Por primera vez el sol se asomó algo incómodo. Avergonzado de su propia naturaleza, buscó con torpeza ocultar sus viejos rayos. No quiso ser el responsable de evidenciar el vacío.

Por primera vez la jauría amaneció desorientada. Esta mañana su líder se permitió faltar al banquete y decidió tomarse una licencia, la primera en toda su vida.

Por su parte, la casa siente miedo; y también esto sucede por primera vez. La descubrí incrédula buscando la apuesta figura de su guardián. Lo hacía con nerviosismo revolviendo sus propios rincones.

Confundido, me dejé llevar por un impulso primitivo. Todavía animoso tomé un viejo palo seco a modo de prueba e improvisadamente comencé a blandirlo con una extraordinaria destreza. La misma que me brindaron los años, la que no me serviría más.

Inmóvil observé a mi alrededor buscando una respuesta, cuidando el más mínimo de mis movimientos para no alterar mi contexto inmediato.

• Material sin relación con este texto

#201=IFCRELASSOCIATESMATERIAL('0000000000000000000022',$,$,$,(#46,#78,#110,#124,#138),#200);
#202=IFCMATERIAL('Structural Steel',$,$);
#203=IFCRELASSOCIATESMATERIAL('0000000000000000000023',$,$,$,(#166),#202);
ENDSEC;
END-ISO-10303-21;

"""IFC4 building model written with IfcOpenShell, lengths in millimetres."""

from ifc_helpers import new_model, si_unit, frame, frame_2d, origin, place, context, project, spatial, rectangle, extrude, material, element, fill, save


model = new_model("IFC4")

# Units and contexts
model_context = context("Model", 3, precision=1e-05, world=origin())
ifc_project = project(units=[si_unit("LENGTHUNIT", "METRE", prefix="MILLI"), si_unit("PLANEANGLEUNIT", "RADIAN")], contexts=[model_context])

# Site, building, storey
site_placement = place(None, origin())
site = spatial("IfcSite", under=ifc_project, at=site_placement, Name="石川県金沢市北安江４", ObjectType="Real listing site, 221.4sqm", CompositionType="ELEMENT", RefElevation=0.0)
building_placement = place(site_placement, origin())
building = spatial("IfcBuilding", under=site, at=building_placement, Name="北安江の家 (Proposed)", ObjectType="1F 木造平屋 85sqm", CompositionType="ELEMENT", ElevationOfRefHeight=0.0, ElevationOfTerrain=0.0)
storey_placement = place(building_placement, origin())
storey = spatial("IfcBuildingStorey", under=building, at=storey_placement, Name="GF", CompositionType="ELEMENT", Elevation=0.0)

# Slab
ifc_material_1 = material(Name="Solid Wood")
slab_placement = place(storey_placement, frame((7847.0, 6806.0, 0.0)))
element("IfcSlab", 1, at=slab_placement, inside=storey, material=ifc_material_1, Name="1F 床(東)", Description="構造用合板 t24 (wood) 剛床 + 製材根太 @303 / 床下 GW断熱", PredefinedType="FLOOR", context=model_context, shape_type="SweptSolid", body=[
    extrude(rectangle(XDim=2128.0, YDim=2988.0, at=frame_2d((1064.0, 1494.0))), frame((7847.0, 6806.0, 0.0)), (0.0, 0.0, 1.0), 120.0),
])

Fue entonces, cuando aguzando el oído a la espera del más elegante de todos los trotes conocidos, encontré lo que buscaba. Un silencio ensordecedor penetró mis tímpanos sin consideración.

Mis manos dejaron caer el palo seco, el cual llegó con fastidio al suelo acompañado por una amable lágrima que tuvo la delicadeza de no dejarlo solo. La prueba había finalizado, y yo ya lo había comprendido. A mi también me sucedía algo por primera vez: Hoy nadie jugará conmigo.